**What the exercise asks**
Give every line from the entries that contains "IFCCARTESIANPOINT".

**Records for processing**
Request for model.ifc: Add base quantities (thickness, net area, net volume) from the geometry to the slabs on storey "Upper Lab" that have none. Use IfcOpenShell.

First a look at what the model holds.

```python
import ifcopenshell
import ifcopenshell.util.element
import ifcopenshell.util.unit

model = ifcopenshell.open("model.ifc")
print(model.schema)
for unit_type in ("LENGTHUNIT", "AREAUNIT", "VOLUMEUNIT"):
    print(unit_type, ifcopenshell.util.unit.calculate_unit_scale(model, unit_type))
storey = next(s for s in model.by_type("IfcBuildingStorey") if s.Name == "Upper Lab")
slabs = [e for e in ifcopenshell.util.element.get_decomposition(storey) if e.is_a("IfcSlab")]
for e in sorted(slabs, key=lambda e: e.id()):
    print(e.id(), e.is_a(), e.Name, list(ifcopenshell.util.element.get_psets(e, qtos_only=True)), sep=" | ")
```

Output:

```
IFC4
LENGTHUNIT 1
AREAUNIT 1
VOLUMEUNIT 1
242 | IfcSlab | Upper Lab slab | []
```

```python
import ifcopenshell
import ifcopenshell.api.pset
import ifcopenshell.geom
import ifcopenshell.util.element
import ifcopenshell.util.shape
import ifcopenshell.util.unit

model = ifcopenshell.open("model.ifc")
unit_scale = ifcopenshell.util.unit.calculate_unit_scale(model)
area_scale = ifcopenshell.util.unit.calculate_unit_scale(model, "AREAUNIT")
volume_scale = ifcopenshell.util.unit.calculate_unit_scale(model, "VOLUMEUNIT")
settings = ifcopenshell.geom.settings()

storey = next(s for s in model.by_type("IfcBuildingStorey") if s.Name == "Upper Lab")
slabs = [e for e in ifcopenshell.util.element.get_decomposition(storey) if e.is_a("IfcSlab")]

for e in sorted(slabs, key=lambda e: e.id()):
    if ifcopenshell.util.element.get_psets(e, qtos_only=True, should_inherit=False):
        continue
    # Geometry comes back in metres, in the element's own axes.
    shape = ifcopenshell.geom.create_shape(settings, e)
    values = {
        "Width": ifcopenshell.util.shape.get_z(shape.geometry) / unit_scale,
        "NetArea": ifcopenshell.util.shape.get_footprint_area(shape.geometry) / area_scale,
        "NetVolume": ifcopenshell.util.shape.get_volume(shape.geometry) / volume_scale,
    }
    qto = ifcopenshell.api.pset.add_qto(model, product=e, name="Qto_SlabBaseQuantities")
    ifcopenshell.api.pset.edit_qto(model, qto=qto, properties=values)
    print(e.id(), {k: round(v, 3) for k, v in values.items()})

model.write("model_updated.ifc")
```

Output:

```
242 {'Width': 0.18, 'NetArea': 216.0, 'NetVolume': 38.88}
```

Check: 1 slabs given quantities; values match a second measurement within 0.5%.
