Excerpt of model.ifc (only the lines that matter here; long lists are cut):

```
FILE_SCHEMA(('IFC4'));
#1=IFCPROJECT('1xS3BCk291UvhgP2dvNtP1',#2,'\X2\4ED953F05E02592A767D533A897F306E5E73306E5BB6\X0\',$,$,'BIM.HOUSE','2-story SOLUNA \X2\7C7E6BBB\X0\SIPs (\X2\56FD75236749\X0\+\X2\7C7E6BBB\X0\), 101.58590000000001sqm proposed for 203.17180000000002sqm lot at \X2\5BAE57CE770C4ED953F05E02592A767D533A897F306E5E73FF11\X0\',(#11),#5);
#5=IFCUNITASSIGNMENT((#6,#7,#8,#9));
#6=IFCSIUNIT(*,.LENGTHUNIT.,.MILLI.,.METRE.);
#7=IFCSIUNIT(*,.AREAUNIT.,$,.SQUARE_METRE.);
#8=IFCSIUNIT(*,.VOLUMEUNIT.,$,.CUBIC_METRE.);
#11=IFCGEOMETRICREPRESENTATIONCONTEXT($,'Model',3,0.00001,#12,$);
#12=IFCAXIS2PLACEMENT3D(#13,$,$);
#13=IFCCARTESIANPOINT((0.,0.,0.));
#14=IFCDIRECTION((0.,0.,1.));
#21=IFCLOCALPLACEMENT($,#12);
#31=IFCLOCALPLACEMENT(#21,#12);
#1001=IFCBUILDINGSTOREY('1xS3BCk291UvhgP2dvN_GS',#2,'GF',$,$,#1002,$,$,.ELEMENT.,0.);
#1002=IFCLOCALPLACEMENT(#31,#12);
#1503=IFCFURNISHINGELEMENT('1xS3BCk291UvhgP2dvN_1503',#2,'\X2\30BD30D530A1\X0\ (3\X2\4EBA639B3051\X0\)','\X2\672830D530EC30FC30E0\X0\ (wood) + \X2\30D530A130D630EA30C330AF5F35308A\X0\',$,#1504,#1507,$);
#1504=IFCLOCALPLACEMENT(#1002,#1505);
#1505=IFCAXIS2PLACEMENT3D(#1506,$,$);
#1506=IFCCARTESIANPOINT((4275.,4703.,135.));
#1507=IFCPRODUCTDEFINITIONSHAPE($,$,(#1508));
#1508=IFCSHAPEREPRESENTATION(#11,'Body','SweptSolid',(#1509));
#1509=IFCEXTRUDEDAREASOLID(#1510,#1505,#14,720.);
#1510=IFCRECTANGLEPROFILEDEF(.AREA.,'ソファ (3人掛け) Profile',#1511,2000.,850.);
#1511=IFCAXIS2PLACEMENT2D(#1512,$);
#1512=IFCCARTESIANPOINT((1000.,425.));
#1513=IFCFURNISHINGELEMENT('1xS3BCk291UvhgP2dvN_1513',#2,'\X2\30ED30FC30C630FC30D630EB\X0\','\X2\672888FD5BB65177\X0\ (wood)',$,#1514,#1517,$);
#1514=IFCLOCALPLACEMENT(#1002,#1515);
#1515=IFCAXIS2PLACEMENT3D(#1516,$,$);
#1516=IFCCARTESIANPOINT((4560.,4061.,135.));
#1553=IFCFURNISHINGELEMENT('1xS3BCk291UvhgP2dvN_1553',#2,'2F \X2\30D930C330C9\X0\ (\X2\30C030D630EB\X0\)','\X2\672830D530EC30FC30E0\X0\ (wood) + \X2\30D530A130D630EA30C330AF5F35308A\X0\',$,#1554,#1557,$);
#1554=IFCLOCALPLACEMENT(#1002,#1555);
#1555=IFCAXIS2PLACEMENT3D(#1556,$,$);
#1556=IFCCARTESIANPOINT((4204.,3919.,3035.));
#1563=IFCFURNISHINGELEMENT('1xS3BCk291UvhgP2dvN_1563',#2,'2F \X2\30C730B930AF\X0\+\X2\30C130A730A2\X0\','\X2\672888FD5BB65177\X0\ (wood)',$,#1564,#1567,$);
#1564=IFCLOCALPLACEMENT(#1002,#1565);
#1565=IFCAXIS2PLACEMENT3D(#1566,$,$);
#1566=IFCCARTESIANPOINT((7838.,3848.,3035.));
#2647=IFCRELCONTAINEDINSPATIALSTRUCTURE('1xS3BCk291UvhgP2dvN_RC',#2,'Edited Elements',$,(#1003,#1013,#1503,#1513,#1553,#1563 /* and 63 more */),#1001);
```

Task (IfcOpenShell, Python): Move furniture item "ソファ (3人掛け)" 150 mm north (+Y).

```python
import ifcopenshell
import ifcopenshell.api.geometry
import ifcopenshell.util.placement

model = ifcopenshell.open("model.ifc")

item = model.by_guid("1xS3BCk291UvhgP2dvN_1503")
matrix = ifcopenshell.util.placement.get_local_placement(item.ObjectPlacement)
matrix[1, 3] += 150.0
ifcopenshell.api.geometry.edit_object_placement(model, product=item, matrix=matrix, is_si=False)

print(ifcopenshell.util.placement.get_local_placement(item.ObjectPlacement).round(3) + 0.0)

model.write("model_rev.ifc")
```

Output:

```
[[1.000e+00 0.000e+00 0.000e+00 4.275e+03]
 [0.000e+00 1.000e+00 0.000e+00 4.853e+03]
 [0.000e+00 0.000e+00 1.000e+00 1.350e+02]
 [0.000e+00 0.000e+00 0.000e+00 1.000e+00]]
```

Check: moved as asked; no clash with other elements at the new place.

**Reply**
#13=IFCCARTESIANPOINT((0.,0.,0.));
#1506=IFCCARTESIANPOINT((4275.,4703.,135.));
#1512=IFCCARTESIANPOINT((1000.,425.));
#1516=IFCCARTESIANPOINT((4560.,4061.,135.));
#1556=IFCCARTESIANPOINT((4204.,3919.,3035.));
#1566=IFCCARTESIANPOINT((7838.,3848.,3035.));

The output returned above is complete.